WORK REQUIRED: Look through the listing for the string "IFCSIUNIT" and copy out every line that holds it.
++++++++++++++++++++
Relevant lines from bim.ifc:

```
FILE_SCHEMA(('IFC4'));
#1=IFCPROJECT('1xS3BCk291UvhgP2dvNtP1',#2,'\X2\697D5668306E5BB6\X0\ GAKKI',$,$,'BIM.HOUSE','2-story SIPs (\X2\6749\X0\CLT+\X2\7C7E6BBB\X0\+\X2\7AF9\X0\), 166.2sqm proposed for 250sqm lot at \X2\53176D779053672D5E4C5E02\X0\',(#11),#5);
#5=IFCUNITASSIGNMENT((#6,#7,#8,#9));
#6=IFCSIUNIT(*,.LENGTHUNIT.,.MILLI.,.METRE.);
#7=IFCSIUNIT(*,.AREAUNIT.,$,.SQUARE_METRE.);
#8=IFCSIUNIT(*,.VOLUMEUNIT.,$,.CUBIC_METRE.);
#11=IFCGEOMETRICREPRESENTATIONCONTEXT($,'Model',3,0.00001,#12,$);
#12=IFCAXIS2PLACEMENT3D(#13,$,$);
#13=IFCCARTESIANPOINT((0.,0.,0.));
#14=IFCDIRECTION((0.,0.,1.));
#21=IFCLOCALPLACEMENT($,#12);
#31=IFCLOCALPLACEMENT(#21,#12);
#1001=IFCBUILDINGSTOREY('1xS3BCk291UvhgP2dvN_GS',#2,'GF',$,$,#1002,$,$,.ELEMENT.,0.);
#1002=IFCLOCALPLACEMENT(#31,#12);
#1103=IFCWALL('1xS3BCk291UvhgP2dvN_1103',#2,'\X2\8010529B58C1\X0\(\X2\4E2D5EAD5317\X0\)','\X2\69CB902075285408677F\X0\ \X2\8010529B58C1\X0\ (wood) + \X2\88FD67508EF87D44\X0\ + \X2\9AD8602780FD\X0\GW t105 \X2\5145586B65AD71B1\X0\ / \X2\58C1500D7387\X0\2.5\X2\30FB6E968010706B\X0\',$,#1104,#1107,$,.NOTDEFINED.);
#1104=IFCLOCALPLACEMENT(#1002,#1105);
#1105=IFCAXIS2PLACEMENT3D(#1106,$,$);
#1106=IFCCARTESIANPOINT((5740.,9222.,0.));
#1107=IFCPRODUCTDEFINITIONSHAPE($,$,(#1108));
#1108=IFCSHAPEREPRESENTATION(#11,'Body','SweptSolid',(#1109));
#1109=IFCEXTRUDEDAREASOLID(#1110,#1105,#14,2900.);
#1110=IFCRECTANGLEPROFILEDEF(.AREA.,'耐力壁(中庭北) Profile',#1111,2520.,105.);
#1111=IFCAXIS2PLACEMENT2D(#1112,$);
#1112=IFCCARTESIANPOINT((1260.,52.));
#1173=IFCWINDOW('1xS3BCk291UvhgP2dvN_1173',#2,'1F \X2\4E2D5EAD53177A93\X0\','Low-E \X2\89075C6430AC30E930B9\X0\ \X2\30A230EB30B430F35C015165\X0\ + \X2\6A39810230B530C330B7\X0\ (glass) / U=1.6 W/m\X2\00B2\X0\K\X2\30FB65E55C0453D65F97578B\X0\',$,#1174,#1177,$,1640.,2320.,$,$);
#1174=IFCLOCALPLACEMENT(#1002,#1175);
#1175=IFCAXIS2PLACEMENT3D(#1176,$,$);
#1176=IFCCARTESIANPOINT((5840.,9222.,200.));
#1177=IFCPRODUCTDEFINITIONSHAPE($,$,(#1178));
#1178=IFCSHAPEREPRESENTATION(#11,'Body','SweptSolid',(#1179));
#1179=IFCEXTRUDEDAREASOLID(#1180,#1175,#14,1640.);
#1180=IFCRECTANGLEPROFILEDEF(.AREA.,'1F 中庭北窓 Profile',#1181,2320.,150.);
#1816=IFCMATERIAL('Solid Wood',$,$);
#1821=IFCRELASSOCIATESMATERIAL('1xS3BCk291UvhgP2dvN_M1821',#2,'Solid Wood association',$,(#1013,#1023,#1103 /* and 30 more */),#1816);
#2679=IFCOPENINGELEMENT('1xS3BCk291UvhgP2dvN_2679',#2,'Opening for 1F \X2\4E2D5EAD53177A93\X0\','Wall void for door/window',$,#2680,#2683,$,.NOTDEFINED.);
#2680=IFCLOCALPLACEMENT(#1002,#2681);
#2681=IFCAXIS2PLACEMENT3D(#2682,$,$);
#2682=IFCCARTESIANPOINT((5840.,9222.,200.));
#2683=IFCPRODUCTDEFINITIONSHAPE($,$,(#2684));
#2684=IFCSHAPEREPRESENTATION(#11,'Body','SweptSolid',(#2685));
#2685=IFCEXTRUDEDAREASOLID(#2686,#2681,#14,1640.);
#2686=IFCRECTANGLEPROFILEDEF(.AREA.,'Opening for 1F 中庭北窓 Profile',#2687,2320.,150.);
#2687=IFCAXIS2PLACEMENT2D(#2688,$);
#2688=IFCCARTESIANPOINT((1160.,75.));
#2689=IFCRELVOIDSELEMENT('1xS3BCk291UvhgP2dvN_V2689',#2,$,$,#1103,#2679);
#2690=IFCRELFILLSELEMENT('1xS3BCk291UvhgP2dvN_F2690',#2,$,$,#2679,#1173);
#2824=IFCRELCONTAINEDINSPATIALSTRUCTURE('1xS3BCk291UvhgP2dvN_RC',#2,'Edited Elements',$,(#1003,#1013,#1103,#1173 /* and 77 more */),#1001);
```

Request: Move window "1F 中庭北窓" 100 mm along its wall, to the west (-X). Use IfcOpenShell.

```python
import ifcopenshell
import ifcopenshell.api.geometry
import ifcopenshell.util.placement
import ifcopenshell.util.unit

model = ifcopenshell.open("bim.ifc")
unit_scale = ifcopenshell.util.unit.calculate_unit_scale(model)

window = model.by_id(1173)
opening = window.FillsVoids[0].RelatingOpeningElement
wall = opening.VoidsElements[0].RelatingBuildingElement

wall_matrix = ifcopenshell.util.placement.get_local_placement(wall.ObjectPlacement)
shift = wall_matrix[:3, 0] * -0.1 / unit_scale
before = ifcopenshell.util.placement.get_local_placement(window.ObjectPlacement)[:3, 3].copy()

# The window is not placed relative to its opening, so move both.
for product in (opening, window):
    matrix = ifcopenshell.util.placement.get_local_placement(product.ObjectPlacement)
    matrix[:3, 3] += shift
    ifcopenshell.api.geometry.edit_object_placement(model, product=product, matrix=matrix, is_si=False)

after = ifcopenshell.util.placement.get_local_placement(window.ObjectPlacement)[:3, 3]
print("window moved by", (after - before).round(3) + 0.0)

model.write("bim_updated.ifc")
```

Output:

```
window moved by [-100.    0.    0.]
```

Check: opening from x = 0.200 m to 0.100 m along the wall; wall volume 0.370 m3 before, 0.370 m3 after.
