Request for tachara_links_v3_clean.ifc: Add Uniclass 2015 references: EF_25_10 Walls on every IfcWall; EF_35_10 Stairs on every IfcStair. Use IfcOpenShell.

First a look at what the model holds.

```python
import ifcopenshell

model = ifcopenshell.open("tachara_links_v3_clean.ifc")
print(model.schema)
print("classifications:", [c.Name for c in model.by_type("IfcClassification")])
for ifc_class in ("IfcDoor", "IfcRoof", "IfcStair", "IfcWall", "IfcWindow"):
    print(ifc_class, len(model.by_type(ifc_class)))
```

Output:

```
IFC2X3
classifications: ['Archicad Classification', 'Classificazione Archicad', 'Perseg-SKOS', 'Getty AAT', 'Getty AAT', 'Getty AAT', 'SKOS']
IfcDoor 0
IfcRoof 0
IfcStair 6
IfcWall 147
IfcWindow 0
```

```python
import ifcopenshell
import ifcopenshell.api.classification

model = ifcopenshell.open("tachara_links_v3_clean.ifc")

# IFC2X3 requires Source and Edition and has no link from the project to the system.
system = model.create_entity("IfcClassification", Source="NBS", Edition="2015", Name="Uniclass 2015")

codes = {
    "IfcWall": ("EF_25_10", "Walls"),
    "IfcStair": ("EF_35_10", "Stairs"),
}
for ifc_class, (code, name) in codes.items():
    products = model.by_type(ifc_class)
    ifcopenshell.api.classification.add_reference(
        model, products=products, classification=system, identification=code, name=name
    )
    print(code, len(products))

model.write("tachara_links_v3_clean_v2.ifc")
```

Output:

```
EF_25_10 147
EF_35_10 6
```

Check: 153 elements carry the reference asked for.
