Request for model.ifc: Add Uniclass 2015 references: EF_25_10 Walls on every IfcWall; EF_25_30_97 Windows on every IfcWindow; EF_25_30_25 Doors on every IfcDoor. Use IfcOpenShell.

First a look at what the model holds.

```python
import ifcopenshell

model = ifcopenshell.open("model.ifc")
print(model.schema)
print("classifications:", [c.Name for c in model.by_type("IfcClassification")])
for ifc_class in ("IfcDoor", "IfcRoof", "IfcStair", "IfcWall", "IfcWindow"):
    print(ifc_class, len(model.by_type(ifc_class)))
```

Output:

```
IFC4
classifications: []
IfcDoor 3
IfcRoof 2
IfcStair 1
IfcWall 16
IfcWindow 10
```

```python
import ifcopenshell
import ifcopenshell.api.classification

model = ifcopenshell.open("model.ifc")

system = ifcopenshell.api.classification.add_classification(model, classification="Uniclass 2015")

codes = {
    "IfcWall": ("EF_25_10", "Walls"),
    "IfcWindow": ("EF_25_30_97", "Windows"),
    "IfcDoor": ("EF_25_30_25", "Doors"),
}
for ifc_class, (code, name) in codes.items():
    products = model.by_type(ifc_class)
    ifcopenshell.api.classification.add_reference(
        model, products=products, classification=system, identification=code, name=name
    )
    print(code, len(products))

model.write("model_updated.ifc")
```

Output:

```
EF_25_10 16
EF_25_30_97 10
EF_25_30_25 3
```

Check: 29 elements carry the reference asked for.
++++++++++++++++++++
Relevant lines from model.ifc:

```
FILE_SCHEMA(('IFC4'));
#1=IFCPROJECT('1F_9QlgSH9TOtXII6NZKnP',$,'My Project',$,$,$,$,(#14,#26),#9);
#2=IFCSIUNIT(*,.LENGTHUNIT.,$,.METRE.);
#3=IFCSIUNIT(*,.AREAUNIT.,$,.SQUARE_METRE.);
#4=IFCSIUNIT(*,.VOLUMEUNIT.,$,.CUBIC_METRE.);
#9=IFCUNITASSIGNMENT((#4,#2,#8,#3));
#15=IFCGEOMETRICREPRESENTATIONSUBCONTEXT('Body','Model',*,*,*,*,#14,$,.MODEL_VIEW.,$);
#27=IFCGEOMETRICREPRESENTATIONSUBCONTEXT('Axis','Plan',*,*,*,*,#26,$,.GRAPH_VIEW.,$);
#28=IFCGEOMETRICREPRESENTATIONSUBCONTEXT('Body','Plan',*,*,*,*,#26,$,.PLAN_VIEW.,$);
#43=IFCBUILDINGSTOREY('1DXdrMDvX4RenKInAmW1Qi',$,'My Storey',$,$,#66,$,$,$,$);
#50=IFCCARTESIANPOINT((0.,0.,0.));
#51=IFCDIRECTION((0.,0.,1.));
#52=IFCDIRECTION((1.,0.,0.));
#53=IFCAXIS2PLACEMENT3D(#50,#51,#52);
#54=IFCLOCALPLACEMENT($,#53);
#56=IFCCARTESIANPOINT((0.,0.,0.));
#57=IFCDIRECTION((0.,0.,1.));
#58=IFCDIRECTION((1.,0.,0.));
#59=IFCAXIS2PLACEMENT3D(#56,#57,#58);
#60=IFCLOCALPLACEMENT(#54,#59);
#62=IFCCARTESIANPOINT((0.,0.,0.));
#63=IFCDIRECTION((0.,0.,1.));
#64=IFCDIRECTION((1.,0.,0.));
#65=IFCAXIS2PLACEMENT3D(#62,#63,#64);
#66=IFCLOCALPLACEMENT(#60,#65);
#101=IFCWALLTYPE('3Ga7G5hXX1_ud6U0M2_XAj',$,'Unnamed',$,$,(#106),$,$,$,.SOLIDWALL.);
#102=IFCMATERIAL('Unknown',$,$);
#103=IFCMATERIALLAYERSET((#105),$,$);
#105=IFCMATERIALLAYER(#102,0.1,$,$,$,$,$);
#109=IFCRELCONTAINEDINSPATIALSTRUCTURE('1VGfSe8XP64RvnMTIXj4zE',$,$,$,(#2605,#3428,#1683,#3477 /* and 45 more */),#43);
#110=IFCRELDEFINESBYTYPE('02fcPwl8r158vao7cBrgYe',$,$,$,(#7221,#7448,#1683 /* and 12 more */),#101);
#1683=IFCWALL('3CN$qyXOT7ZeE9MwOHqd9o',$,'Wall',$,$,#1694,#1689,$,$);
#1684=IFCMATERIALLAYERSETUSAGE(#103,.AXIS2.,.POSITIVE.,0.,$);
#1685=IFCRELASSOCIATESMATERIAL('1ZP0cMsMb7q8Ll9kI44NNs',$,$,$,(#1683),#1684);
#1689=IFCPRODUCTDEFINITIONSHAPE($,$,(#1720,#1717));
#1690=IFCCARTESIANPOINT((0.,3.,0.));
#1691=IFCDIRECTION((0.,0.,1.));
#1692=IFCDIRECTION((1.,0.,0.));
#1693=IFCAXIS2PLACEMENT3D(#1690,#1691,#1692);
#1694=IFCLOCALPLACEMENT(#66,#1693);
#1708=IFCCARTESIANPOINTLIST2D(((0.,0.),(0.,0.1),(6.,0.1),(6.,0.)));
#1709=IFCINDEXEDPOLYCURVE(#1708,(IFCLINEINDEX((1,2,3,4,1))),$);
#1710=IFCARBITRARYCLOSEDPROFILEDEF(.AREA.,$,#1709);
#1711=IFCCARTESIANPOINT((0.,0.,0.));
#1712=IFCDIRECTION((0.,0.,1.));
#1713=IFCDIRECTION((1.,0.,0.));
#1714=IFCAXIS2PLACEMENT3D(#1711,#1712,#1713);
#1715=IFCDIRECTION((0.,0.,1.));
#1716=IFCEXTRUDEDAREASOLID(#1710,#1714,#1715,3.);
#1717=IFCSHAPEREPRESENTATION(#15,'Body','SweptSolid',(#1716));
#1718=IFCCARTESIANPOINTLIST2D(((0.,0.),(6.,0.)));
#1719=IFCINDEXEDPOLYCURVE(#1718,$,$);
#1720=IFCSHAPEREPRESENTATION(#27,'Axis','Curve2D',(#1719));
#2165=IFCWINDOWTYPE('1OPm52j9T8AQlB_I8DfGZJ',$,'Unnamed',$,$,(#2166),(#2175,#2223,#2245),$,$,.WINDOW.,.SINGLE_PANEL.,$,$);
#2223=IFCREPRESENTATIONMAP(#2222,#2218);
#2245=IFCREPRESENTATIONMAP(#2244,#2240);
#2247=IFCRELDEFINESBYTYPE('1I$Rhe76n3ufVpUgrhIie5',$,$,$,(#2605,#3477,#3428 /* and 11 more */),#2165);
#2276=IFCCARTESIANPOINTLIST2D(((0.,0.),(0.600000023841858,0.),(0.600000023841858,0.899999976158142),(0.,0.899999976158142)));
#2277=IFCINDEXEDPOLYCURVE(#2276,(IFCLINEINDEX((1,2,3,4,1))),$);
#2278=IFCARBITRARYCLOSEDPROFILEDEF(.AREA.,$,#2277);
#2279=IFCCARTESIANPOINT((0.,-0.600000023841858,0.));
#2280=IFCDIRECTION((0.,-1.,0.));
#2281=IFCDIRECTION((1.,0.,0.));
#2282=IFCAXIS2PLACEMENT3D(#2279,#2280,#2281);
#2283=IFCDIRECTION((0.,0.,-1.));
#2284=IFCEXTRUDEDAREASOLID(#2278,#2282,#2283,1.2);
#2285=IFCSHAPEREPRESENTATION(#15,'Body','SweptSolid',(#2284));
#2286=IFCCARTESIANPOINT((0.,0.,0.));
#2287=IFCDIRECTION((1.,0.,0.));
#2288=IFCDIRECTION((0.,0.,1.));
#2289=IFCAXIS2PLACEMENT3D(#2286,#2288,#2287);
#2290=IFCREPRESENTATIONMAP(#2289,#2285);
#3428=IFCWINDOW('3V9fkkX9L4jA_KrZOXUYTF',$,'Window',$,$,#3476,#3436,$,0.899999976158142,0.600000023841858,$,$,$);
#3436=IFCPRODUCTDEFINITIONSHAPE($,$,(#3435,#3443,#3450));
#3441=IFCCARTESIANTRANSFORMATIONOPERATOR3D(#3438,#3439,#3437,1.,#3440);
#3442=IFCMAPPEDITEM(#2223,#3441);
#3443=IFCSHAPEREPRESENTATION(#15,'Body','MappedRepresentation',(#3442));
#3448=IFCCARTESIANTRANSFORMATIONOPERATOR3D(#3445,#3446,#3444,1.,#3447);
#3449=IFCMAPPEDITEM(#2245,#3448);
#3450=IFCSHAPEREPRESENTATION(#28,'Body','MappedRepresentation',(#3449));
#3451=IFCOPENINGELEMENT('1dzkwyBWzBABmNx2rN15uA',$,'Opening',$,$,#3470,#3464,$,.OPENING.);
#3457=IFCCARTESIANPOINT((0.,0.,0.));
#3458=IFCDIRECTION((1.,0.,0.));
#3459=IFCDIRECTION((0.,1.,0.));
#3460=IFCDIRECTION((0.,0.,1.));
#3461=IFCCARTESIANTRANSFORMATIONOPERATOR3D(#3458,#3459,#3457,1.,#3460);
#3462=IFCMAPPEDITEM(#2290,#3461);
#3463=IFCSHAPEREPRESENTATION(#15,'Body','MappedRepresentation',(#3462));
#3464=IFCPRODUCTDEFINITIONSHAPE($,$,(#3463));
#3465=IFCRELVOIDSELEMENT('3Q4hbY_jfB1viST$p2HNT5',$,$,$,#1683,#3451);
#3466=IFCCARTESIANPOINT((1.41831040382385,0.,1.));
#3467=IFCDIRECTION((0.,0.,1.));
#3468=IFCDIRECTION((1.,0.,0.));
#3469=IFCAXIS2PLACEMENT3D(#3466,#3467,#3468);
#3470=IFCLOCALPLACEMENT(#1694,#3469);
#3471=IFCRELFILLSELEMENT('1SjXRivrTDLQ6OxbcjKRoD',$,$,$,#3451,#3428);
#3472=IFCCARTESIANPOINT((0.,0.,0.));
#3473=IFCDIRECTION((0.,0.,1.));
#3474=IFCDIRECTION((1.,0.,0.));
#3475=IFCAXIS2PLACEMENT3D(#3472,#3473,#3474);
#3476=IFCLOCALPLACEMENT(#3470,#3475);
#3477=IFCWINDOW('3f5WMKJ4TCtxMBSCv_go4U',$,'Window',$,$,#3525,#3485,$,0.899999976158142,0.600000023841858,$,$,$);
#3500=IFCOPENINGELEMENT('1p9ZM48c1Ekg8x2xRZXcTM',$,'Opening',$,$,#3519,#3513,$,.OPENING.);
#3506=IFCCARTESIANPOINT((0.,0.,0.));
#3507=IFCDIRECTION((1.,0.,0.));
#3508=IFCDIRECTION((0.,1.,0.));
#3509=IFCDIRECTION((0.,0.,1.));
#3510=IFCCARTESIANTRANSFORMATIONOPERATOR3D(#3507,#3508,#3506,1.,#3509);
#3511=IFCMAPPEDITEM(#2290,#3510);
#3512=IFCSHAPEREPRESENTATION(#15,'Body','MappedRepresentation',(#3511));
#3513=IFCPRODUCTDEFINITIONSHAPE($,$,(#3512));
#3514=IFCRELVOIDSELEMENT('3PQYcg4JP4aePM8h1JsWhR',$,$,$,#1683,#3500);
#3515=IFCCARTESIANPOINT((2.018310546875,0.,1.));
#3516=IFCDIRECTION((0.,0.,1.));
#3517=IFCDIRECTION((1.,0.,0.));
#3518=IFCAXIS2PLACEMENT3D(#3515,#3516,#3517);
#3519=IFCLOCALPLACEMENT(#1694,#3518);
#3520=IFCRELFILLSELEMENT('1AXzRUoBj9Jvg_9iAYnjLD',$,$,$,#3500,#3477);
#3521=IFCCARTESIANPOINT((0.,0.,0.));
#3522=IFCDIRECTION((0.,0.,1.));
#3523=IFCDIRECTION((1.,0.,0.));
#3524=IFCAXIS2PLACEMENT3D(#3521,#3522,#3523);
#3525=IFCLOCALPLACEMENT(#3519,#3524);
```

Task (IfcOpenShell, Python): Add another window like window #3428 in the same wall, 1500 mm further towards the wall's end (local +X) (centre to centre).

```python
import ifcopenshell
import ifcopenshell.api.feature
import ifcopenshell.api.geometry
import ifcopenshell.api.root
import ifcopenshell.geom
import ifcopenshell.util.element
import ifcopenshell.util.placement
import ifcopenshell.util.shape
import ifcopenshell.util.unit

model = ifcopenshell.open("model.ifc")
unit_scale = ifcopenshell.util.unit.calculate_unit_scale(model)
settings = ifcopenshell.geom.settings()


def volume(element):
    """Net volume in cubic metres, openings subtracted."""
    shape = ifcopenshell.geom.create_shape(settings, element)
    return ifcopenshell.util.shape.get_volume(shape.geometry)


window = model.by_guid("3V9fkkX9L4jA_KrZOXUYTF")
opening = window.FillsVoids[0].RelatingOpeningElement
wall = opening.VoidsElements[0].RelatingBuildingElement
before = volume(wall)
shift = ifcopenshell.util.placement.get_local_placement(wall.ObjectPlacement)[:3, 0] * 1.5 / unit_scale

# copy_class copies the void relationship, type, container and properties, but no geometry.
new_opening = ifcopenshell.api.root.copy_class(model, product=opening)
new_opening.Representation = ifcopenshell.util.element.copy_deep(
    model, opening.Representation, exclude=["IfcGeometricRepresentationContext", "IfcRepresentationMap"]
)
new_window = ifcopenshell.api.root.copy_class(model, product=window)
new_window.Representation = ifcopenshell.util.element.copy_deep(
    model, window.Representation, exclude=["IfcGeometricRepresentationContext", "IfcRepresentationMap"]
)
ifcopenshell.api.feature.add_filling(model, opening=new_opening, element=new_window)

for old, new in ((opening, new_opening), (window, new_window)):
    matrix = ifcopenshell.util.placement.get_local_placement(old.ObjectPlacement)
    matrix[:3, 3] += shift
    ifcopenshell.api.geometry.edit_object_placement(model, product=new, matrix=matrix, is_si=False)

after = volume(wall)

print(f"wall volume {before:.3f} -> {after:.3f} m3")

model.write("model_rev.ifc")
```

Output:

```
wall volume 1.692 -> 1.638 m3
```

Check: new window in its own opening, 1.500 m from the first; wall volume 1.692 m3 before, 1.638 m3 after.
++++++++++++++++++++
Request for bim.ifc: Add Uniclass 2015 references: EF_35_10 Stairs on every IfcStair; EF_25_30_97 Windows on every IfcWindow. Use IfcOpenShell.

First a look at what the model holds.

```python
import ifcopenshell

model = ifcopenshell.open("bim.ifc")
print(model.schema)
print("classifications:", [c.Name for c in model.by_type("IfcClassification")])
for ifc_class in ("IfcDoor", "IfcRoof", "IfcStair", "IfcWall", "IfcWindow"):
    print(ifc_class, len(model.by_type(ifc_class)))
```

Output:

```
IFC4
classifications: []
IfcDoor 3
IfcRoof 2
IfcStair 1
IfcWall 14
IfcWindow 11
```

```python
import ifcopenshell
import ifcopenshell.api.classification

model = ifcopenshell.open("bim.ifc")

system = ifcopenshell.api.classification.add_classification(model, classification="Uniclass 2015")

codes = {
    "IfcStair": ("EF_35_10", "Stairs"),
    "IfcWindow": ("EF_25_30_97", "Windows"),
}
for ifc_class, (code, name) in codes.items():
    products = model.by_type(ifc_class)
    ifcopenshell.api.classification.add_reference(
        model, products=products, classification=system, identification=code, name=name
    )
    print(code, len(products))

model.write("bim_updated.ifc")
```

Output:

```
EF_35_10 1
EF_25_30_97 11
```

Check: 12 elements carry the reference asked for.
++++++++++++++++++++
WRITTEN RESPONSE:
#6=IFCSIUNIT(*,.LENGTHUNIT.,.MILLI.,.METRE.);
#7=IFCSIUNIT(*,.AREAUNIT.,$,.SQUARE_METRE.);
#8=IFCSIUNIT(*,.VOLUMEUNIT.,$,.CUBIC_METRE.);
#2=IFCSIUNIT(*,.LENGTHUNIT.,$,.METRE.);
#3=IFCSIUNIT(*,.AREAUNIT.,$,.SQUARE_METRE.);
#4=IFCSIUNIT(*,.VOLUMEUNIT.,$,.CUBIC_METRE.);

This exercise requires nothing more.